During the last century, WHO have led public health interventions that resulted in spectacular achievements such as the worldwide eradication of smallpox and the elimination of malaria from the Western world. However, besides major successes achieved in control of infectious diseases, most elimination/control programs remain frustrating in many tropical countries where specific biological and socio-economical features have prevented implementation of disease control over broad spatial and temporal scales. Emblematic examples include malaria, dengue, yellow fever, measles and HIV. There is consequently an urgent need to develop affordable and sustainable disease control strategies that can target the core of infectious disease transmission in highly endemic areas. Although on the one hand most pathogens are resistant to elimination, on the other hand, paradoxically, human activities are major drivers of the current high rate of extinction among higher organisms through alteration of their ecology and evolution, i.e., their "niche". During the last decades, the accumulation of ecological and evolutionary studies focused on infectious diseases has shown that the niche of a pathogen holds more dimensions than just the immune system targeted by vaccination and treatment.
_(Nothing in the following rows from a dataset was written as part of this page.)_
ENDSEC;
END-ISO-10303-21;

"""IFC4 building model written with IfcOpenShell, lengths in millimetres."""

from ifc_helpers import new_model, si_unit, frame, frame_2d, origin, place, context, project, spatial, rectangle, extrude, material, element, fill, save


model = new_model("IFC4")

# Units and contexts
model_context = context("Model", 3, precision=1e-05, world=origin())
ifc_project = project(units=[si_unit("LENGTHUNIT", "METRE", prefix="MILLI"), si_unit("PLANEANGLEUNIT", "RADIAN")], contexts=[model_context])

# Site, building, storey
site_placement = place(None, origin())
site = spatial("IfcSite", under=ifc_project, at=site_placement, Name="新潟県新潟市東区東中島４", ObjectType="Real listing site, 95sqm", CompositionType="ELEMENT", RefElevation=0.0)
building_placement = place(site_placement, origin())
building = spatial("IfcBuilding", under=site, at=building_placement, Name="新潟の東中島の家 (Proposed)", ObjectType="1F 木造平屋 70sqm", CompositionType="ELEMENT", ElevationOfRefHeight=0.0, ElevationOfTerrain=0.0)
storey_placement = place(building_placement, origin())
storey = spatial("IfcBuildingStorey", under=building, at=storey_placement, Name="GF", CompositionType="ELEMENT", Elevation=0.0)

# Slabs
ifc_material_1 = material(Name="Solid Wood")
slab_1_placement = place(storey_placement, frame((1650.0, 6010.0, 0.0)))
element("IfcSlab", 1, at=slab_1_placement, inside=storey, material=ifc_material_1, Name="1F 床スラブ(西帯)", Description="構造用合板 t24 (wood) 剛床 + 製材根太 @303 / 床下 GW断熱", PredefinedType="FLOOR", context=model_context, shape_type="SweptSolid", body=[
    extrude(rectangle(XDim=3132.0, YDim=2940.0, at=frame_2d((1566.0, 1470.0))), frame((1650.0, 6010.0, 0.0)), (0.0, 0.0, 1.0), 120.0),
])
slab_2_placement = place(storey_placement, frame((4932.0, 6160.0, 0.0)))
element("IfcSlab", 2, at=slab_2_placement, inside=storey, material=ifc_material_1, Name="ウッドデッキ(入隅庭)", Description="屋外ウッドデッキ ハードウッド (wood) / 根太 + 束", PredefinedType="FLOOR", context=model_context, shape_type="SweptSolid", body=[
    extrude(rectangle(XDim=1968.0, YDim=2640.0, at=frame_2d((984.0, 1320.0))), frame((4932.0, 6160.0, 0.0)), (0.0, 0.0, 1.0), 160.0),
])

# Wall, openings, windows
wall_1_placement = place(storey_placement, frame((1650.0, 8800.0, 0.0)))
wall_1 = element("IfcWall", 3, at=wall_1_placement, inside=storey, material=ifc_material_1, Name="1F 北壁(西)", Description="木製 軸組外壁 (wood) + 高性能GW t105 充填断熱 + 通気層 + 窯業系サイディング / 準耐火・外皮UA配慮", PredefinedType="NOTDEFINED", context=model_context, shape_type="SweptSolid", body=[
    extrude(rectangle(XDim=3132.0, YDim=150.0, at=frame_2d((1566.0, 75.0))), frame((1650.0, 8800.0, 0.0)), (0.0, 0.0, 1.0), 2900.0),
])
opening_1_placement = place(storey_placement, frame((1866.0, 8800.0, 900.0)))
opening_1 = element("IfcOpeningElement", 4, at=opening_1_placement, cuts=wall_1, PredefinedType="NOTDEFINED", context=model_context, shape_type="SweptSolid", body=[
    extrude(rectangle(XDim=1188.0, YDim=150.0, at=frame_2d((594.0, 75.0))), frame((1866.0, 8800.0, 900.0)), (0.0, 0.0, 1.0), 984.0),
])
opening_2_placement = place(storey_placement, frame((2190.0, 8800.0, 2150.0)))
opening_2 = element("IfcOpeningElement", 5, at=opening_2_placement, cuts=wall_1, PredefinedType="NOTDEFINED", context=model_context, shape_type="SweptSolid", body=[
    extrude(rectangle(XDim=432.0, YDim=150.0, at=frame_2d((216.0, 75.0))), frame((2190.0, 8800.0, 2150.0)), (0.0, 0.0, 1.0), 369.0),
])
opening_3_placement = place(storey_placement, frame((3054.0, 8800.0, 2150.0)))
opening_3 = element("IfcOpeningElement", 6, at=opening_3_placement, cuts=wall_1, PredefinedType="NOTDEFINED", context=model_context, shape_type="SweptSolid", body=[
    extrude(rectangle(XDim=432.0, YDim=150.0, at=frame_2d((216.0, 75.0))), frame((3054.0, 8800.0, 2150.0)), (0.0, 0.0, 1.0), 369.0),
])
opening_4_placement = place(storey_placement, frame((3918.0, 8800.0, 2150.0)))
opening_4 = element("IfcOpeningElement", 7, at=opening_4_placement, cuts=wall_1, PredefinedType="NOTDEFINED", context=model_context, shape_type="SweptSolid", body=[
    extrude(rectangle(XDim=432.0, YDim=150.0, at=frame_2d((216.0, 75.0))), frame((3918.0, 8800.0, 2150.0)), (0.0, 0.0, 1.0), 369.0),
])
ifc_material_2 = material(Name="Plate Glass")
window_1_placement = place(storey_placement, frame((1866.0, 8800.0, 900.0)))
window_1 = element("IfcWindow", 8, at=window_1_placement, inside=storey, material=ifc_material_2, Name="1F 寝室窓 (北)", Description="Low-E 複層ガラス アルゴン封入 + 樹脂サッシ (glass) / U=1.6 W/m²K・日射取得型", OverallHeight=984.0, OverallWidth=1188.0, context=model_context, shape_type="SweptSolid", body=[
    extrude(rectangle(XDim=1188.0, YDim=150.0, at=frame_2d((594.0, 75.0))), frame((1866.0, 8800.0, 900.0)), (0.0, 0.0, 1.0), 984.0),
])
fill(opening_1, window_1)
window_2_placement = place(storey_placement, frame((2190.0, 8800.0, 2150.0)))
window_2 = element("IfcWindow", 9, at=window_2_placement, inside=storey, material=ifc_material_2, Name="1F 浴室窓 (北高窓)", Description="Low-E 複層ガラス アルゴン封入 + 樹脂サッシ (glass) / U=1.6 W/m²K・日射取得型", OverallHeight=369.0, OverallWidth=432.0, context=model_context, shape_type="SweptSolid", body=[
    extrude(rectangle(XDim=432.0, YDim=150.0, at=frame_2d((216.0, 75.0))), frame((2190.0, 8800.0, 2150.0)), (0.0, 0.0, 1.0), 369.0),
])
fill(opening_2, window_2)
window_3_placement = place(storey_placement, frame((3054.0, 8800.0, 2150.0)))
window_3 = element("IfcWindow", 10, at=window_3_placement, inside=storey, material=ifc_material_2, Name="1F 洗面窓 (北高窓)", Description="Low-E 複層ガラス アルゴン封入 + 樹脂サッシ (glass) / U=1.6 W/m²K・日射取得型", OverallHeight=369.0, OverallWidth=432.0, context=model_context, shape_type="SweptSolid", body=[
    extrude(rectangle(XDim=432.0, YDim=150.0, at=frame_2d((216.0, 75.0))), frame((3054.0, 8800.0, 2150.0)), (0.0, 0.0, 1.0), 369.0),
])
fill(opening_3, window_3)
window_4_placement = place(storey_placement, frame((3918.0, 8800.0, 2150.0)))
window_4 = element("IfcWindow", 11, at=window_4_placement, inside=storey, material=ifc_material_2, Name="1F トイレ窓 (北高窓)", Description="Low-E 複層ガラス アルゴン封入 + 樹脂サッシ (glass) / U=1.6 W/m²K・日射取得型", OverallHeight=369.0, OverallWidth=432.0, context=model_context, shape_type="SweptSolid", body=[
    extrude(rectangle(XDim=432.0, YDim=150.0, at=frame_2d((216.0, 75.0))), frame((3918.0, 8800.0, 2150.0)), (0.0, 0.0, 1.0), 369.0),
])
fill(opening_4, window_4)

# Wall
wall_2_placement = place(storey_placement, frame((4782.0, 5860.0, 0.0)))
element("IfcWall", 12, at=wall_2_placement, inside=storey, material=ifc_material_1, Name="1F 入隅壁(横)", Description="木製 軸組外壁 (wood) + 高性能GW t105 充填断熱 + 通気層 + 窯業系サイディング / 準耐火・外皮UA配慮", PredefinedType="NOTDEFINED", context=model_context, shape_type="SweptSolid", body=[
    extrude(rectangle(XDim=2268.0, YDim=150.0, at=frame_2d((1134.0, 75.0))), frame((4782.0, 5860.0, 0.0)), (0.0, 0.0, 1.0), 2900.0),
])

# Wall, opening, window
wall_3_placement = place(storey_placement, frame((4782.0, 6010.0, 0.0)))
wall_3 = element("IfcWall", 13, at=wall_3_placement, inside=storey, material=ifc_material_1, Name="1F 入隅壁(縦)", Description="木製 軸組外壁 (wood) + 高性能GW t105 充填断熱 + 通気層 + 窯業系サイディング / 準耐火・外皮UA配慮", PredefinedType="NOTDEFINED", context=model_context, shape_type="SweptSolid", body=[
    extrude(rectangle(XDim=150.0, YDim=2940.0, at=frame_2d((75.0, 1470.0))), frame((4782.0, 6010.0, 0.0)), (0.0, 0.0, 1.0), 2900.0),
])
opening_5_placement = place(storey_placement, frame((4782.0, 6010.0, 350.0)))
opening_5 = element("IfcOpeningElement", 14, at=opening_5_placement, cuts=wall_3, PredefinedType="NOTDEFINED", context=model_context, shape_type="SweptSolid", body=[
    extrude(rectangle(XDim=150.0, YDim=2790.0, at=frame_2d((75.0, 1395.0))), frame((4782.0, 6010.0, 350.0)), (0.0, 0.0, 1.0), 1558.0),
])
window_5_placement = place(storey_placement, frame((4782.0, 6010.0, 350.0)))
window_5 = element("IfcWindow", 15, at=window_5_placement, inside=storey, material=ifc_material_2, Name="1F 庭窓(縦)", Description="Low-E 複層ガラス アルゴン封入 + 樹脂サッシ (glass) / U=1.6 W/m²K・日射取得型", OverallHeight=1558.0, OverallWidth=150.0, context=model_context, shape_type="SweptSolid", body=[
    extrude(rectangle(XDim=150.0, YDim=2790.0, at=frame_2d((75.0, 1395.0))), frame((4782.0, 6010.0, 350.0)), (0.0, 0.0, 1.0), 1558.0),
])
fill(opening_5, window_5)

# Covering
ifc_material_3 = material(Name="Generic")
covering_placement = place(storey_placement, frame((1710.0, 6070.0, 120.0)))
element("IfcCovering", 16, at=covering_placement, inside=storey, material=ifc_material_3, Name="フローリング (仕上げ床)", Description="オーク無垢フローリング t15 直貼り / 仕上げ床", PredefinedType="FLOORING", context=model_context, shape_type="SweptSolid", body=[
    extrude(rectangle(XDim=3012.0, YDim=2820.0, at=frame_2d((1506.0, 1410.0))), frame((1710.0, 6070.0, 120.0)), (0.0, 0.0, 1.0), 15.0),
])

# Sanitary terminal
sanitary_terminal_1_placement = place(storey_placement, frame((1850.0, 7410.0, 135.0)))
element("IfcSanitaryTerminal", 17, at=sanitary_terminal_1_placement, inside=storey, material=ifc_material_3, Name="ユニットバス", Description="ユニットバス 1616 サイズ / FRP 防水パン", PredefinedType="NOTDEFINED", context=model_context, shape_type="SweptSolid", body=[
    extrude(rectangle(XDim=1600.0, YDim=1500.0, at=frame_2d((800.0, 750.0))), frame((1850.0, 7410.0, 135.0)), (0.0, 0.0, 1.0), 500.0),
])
Indeed, it comprises various intra- and inter- host levels at very different spatial and temporal scales. This project aims to shift from disease control to reverse conservation biology of pathogens in order to devise new public health strategies. Our objective is a qualitative understanding of the “niche” of two different pathogens at a fine spatial scale, Plasmodium falciparum in Bobo-Dioulasso (Burkina-Faso) and Dengue virus in Kâmpóng Cham (Cambodia), through a trans-disciplinary approach mixing ecology of infectious diseases, public health and health economics to carefully tailor mathematical models able to demonstrate how public health strategies could be improved for these diseases control in these areas and potentially drive the pathogens to local extinction. Such public health tools could be thus extended to other areas of interest and other diseases.